# Internetnutzung via Handy



## corona (3. August 2005)

Hallo,
nach langem Googlen habe ich auf einige Fragen leider keine Antwort gefunden:

- Welche Internetmöglichkeiten gibt es für das Internet?
- Wie sehen die Geschwinidkeiten dabei aus?
- Was muss man in etwa bezahlen für die Benutzung des Internets via Handy?
- Kann ich normale HTML-Seiten auf dem Handy anschauen?

Für jede Antwort bin ich sehr dankbar.
Greetz.


----------



## Tobias K. (12. August 2005)

moin




> - Wie sehen die Geschwinidkeiten dabei aus?

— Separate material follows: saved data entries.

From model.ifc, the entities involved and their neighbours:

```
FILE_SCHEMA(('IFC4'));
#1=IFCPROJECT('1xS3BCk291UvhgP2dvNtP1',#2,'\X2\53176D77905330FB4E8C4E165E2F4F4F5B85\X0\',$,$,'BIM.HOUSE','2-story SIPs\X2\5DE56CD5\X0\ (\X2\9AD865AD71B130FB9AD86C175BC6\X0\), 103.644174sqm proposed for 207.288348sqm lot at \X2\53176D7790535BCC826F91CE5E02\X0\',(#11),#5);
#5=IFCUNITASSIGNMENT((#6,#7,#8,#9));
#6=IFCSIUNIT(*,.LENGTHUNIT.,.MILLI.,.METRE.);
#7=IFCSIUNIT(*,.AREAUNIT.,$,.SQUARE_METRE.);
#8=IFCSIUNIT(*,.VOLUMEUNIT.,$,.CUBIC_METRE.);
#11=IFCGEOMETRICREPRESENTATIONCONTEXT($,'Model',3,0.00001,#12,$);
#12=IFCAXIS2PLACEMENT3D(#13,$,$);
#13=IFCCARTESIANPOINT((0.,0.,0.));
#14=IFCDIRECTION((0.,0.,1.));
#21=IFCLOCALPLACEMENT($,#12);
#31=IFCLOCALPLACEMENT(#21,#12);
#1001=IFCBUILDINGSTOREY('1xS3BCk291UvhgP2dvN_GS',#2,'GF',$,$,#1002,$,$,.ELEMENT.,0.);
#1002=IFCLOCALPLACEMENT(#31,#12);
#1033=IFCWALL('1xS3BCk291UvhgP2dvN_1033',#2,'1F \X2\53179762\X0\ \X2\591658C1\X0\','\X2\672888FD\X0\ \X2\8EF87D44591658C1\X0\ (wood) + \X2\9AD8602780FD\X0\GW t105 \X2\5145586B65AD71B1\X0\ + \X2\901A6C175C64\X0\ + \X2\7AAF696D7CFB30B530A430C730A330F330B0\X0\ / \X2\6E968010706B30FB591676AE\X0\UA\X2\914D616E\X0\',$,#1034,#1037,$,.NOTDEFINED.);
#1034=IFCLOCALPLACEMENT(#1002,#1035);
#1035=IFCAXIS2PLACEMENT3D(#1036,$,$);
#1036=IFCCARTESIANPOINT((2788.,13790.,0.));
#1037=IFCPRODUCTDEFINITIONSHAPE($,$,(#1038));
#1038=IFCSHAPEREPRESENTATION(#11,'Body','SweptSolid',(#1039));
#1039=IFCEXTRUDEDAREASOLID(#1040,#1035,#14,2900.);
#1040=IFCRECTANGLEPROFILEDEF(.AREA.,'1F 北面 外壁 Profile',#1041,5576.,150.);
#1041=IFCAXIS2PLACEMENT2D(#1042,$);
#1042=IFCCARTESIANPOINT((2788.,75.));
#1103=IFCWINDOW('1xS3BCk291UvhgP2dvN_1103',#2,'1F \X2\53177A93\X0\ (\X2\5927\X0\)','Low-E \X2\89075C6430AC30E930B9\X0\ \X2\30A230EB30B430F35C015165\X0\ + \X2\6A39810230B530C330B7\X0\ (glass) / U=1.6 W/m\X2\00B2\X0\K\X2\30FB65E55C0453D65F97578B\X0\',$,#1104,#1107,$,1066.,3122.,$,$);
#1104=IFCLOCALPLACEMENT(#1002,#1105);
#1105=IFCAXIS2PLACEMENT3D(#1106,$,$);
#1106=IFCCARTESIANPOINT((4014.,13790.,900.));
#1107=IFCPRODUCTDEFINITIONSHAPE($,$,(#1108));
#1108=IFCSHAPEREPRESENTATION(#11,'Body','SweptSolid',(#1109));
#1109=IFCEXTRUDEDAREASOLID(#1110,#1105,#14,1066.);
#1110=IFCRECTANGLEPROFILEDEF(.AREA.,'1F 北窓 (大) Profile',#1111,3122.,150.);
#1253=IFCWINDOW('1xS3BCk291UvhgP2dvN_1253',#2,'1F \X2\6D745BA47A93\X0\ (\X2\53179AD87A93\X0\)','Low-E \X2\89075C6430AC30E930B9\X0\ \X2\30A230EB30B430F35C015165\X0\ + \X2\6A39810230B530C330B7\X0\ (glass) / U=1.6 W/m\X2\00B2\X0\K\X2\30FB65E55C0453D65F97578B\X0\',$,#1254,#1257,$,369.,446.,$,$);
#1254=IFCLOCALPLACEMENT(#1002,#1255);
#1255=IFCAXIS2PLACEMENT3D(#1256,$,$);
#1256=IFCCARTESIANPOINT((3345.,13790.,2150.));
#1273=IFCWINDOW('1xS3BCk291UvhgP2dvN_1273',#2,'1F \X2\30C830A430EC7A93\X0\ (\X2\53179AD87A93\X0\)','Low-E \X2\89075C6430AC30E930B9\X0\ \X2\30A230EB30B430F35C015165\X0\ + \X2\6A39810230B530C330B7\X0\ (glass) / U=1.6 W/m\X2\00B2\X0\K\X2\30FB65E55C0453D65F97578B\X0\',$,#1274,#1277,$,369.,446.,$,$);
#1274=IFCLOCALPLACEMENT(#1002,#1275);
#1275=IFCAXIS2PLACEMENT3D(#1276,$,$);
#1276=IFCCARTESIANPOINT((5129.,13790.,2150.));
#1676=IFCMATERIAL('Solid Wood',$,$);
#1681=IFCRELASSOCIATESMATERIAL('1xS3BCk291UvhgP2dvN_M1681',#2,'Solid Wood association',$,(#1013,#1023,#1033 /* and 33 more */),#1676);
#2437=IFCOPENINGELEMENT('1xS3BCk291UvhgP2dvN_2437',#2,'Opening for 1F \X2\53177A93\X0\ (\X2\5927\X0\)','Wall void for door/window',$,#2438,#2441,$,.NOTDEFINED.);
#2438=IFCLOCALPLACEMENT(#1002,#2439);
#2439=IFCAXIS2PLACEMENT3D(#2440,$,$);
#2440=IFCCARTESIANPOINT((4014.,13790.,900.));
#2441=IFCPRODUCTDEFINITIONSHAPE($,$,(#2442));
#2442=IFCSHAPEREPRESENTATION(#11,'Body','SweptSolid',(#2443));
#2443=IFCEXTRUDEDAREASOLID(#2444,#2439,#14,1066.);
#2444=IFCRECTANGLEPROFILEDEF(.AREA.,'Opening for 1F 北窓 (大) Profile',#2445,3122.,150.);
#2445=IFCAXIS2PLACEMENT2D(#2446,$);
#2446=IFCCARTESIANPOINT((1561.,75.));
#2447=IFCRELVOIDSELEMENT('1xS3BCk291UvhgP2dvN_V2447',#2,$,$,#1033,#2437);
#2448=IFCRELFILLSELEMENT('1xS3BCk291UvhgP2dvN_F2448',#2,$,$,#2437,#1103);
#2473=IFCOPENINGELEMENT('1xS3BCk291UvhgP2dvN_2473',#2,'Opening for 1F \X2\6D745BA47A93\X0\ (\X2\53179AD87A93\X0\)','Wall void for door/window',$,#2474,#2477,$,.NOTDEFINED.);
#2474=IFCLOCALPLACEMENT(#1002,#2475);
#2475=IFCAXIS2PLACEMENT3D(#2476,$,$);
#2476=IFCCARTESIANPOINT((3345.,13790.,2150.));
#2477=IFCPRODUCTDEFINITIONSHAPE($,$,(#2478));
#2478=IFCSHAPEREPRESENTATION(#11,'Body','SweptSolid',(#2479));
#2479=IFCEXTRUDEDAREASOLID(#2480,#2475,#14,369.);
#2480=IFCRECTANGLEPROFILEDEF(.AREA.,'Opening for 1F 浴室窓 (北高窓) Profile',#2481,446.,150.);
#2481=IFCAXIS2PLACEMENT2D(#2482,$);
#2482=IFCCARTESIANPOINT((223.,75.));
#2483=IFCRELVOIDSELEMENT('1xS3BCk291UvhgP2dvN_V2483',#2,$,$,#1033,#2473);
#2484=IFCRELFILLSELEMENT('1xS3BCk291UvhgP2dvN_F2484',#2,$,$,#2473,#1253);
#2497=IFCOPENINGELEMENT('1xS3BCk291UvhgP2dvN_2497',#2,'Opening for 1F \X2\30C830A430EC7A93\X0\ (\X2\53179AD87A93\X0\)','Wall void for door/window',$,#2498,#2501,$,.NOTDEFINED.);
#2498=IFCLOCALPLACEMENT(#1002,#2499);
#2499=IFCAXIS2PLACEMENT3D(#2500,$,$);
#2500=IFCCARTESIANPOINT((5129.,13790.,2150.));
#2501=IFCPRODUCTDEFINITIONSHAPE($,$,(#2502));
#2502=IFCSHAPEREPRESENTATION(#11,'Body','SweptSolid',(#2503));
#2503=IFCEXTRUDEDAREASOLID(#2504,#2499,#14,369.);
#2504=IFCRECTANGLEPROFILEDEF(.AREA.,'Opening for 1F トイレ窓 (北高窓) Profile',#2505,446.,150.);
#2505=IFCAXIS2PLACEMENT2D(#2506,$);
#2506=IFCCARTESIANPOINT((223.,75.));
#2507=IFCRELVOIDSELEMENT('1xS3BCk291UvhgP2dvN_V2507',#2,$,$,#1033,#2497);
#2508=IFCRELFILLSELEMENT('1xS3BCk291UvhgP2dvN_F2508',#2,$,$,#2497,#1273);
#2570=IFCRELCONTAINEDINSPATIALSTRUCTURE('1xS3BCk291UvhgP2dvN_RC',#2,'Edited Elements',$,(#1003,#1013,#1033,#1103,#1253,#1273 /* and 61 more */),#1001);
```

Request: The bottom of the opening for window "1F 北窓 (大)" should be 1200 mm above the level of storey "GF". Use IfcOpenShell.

```python
import numpy as np
import ifcopenshell
import ifcopenshell.api.geometry
import ifcopenshell.geom
import ifcopenshell.util.element
import ifcopenshell.util.placement
import ifcopenshell.util.shape
import ifcopenshell.util.unit

model = ifcopenshell.open("model.ifc")
unit_scale = ifcopenshell.util.unit.calculate_unit_scale(model)

window = model.by_guid("1xS3BCk291UvhgP2dvN_1103")
opening = window.FillsVoids[0].RelatingOpeningElement
storey = ifcopenshell.util.element.get_container(window, ifc_class="IfcBuildingStorey")
level = ifcopenshell.util.placement.get_local_placement(storey.ObjectPlacement)[2, 3]

# The opening's origin need not be at the sill, so measure its lowest point.
shape = ifcopenshell.geom.create_shape(ifcopenshell.geom.settings(), opening)
bottom = ifcopenshell.util.shape.get_shape_bottom_elevation(shape, shape.geometry) / unit_scale
dz = level + 1.2 / unit_scale - bottom

shift = np.array([0.0, 0.0, dz])
# The window is not placed relative to its opening, so move both.
for product in (opening, window):
    matrix = ifcopenshell.util.placement.get_local_placement(product.ObjectPlacement)
    matrix[:3, 3] += shift
    ifcopenshell.api.geometry.edit_object_placement(model, product=product, matrix=matrix, is_si=False)

print(f"moved by {dz * unit_scale:+.3f} m")

model.write("model-out.ifc")
```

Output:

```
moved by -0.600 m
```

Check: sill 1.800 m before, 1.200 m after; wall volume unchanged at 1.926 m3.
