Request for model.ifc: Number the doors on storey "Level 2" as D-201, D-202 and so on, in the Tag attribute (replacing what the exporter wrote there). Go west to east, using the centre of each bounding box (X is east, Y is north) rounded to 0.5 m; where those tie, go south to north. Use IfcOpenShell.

First a look at what the model holds.

```python
import ifcopenshell
import ifcopenshell.util.element
import ifcopenshell.util.placement

model = ifcopenshell.open("model.ifc")
print(model.schema)
storey = next(s for s in model.by_type("IfcBuildingStorey") if s.Name == "Level 2")
doors = [e for e in ifcopenshell.util.element.get_decomposition(storey) if e.is_a("IfcDoor")]
for e in sorted(doors, key=lambda e: e.id()):
    origin = ifcopenshell.util.placement.get_local_placement(e.ObjectPlacement)[:3, 3]
    print(e.id(), e.Tag, e.Name, origin.round(2) + 0.0, sep=" | ")
```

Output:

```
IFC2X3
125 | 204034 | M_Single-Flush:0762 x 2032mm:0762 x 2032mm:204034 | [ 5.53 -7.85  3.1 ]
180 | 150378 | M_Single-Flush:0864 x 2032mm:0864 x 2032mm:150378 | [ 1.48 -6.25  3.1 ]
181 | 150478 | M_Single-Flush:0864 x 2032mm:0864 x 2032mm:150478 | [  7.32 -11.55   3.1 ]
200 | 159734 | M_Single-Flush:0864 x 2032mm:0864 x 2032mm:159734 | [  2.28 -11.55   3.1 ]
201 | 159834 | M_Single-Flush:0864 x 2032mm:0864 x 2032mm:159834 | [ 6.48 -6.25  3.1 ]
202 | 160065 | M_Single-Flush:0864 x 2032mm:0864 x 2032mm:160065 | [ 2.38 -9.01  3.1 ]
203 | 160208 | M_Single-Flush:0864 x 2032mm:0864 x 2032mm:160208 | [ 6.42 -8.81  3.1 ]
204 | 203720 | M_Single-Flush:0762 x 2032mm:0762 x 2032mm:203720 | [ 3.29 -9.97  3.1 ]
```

```python
import ifcopenshell
import ifcopenshell.geom
import ifcopenshell.util.element
import ifcopenshell.util.shape

model = ifcopenshell.open("model.ifc")
settings = ifcopenshell.geom.settings()
settings.set("use-world-coords", True)


def centre(element):
    shape = ifcopenshell.geom.create_shape(settings, element)
    return ifcopenshell.util.shape.get_bbox_centroid(shape.geometry)


storey = next(s for s in model.by_type("IfcBuildingStorey") if s.Name == "Level 2")
doors = [e for e in ifcopenshell.util.element.get_decomposition(storey) if e.is_a("IfcDoor")]

# Insertion points can sit at a corner or the storey origin, so sort by the geometry (in metres).
centres = {e: centre(e) for e in doors}
doors.sort(key=lambda e: (round(centres[e][0] / 0.5), centres[e][1]))

for i, e in enumerate(doors, start=1):
    number = f"D-2{i:02d}"
    e.Tag = number
    print(e.id(), number)

model.write("model_edited.ifc")
```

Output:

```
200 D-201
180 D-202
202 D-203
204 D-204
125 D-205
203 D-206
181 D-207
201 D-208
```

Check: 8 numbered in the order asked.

Also du hast GPRS mit max 171,2 kBit/s und UMTS mit 384 kbit/s bis 2MBit.



> - Was muss man in etwa bezahlen für die Benutzung des Internets via Handy?


Guck dich dochmal bei bekannten Anbbietern um, manche bieten auch Flatrates an.



> - Kann ich normale HTML-Seiten auf dem Handy anschauen?


Das kommt aufs Handy an. Du wirst sowas aber wohl eher in der behoben Preisklasse finden.


mfg
umbrasaxum


----------



## Ray1983 (25. Juni 2008)

Salve,

also es gibt auch eine Internetflatrate über Handy (seperate SIM-Karte), wo du nur 25 € im Monat bezahlst und kein Daten- bzw. Zeitvolumen hast.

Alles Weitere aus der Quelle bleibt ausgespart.